→ Exercise prompt
Look for the string "IFCPRODUCTDEFINITIONSHAPE" in the material below. Copy every line where you find it.

*** Opening of Records shown ***

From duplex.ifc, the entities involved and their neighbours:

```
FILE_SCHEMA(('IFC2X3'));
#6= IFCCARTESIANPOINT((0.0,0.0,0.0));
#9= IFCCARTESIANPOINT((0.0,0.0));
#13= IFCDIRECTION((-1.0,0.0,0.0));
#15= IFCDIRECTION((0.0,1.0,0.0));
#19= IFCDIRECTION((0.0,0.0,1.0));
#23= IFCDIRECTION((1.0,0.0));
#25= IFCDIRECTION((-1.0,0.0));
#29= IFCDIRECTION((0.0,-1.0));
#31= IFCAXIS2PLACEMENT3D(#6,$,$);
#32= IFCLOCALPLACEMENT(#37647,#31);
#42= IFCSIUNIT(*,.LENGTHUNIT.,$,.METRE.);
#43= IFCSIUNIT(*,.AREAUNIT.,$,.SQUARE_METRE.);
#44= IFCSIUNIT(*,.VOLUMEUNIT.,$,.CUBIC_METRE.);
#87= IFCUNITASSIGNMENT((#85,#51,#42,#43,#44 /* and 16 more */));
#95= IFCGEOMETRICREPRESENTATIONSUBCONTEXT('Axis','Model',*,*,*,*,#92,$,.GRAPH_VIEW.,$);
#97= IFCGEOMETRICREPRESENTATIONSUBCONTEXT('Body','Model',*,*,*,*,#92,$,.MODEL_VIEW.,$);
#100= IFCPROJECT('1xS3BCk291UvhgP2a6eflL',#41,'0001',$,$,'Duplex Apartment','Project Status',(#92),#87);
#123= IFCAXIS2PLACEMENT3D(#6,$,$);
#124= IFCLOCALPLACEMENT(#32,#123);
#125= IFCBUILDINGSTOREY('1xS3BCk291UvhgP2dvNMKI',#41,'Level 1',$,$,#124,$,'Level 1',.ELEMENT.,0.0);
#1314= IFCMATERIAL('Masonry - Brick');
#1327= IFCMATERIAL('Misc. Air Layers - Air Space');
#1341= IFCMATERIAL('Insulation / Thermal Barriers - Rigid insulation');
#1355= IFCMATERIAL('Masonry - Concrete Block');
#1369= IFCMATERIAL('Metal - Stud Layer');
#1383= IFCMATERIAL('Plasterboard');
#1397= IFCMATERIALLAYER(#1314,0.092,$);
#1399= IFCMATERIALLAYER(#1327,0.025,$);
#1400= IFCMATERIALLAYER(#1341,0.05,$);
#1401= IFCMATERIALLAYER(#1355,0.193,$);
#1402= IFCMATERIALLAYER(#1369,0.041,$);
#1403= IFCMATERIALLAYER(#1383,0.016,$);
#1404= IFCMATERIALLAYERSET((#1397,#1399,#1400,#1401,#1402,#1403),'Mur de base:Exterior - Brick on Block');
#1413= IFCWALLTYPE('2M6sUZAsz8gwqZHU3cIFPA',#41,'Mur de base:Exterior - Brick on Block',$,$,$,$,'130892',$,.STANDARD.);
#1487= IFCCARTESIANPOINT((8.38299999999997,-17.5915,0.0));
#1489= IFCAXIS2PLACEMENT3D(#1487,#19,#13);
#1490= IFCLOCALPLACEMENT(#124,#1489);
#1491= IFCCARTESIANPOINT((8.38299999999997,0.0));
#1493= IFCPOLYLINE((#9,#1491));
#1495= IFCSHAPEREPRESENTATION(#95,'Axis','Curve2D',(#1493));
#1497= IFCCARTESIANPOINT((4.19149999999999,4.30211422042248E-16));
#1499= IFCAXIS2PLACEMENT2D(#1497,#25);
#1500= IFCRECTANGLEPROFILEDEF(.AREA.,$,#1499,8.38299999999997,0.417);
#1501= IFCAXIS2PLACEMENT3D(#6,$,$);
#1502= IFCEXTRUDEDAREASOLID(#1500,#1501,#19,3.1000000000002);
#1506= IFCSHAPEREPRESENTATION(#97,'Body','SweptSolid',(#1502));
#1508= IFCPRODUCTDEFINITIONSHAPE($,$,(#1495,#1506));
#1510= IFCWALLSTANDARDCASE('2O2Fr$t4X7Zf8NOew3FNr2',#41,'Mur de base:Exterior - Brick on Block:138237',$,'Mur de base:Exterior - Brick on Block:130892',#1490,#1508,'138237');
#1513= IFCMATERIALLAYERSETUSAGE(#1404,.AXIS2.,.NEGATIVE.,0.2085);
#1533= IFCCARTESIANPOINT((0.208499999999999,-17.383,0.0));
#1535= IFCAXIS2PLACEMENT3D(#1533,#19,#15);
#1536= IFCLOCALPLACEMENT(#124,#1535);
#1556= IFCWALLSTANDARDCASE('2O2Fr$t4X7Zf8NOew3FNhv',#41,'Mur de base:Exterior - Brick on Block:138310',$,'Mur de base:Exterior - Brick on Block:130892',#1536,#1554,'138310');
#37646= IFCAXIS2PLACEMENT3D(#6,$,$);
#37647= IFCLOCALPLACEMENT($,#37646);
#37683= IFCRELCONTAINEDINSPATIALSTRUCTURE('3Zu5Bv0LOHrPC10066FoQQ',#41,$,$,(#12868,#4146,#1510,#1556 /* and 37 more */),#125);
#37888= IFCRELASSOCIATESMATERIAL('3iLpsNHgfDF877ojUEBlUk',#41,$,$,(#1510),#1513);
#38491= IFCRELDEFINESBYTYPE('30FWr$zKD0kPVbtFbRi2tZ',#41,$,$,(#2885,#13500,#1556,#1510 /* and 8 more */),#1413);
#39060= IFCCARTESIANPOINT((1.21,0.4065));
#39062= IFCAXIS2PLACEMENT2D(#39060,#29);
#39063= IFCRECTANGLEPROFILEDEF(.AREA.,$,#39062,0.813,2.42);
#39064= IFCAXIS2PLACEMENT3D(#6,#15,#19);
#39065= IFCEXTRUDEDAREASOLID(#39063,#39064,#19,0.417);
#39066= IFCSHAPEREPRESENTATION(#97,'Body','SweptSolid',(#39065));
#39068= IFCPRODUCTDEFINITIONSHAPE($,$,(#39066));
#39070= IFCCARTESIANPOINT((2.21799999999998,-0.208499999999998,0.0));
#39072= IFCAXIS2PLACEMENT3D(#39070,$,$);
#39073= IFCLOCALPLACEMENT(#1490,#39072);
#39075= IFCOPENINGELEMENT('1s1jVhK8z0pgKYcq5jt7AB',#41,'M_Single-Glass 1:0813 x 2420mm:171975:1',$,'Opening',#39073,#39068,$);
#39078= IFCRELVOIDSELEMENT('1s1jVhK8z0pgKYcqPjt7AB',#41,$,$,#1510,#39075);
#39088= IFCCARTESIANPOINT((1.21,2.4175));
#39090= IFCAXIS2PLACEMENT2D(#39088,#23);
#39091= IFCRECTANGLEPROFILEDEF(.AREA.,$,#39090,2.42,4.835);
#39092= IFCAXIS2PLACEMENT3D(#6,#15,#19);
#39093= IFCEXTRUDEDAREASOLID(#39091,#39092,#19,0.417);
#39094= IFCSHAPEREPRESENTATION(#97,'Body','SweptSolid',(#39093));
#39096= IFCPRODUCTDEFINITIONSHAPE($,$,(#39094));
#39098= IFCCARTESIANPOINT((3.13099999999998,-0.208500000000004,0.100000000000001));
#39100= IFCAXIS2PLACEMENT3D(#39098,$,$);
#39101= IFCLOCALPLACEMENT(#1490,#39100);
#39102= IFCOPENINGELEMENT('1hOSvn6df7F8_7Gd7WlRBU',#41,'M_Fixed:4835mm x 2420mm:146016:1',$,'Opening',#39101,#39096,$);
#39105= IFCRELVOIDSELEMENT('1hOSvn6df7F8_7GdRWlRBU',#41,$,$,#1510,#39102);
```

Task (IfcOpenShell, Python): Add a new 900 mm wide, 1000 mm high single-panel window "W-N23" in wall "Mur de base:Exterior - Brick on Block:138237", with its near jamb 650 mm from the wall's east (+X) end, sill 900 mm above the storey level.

```python
import numpy as np
import ifcopenshell
import ifcopenshell.api.feature
import ifcopenshell.api.geometry
import ifcopenshell.api.root
import ifcopenshell.api.spatial
import ifcopenshell.api.type
import ifcopenshell.geom
import ifcopenshell.util.element
import ifcopenshell.util.placement
import ifcopenshell.util.representation
import ifcopenshell.util.shape
import ifcopenshell.util.unit

model = ifcopenshell.open("duplex.ifc")
unit_scale = ifcopenshell.util.unit.calculate_unit_scale(model)
settings = ifcopenshell.geom.settings()


def volume(element):
    """Net volume in cubic metres, openings subtracted."""
    shape = ifcopenshell.geom.create_shape(settings, element)
    return ifcopenshell.util.shape.get_volume(shape.geometry)


wall = model.by_guid("2O2Fr$t4X7Zf8NOew3FNr2")
storey = ifcopenshell.util.element.get_container(wall, ifc_class="IfcBuildingStorey")
context = ifcopenshell.util.representation.get_context(model, "Model", "Body", "MODEL_VIEW")
before = volume(wall)

width, height, from_end, sill = 0.9, 1, 0.65, 0.9  # metres

# The wall runs along its own X axis, and the end named is its -X end.
wall_shape = ifcopenshell.geom.create_shape(settings, wall)
x, y, z = ifcopenshell.util.shape.get_vertices(wall_shape.geometry).T
start = x.min() + from_end
face, thickness = float(y.min()), float(y.max() - y.min())
wall_matrix = ifcopenshell.util.placement.get_local_placement(wall.ObjectPlacement)
level = ifcopenshell.util.placement.get_local_placement(storey.ObjectPlacement)[2, 3]


def in_wall(x, y):
    """Placement at x, y metres in the wall's axes, at sill height."""
    matrix = wall_matrix.copy()
    matrix[:, 3] = wall_matrix @ np.array([x / unit_scale, y / unit_scale, 0.0, 1.0])
    matrix[2, 3] = level + sill / unit_scale
    return matrix


# Opening: a box that overshoots both wall faces by 50 mm.
opening = ifcopenshell.api.root.create_entity(model, ifc_class="IfcOpeningElement")
box = ifcopenshell.api.geometry.add_wall_representation(
    model, context=context, length=width, height=height, thickness=thickness + 0.1
)
ifcopenshell.api.geometry.assign_representation(model, product=opening, representation=box)
ifcopenshell.api.geometry.edit_object_placement(model, product=opening, matrix=in_wall(start, face - 0.05), is_si=False)
ifcopenshell.api.feature.add_feature(model, feature=opening, element=wall)

window = ifcopenshell.api.root.create_entity(model, ifc_class="IfcWindow", name="W-N23")
window.OverallWidth, window.OverallHeight = width / unit_scale, height / unit_scale
body = ifcopenshell.api.geometry.add_window_representation(
    model,
    context=context,
    overall_width=window.OverallWidth,
    overall_height=window.OverallHeight,
    partition_type="SINGLE_PANEL",
)
ifcopenshell.api.geometry.assign_representation(model, product=window, representation=body)
ifcopenshell.api.spatial.assign_container(model, products=[window], relating_structure=storey)
fills = ifcopenshell.api.feature.add_filling(model, opening=opening, element=window)
fills.OwnerHistory = window.OwnerHistory  # required in IFC2X3

# IFC2X3 keeps the operation on the window style.
style = ifcopenshell.api.root.create_entity(model, ifc_class="IfcWindowStyle", name="W-N23")
style.OperationType, style.ConstructionType = "SINGLE_PANEL", "NOTDEFINED"
style.ParameterTakesPrecedence = style.Sizeable = False
ifcopenshell.api.type.assign_type(model, related_objects=[window], relating_type=style)

# Centre the window in the wall's thickness.
ifcopenshell.api.geometry.edit_object_placement(model, product=window, matrix=in_wall(start, face), is_si=False)
window_shape = ifcopenshell.geom.create_shape(settings, window)
depth = ifcopenshell.util.shape.get_vertices(window_shape.geometry)[:, 1]
offset = face + thickness / 2 - (depth.min() + depth.max()) / 2
ifcopenshell.api.geometry.edit_object_placement(model, product=window, matrix=in_wall(start, offset), is_si=False)

after = volume(wall)

print(f"wall volume {before:.3f} -> {after:.3f} m3")

model.write("duplex_updated.ifc")
```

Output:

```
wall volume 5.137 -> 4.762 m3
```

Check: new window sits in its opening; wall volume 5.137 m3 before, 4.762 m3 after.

*** Close of Records shown ***

→ Solution for this task
#1508= IFCPRODUCTDEFINITIONSHAPE($,$,(#1495,#1506));
#39068= IFCPRODUCTDEFINITIONSHAPE($,$,(#39066));
#39096= IFCPRODUCTDEFINITIONSHAPE($,$,(#39094));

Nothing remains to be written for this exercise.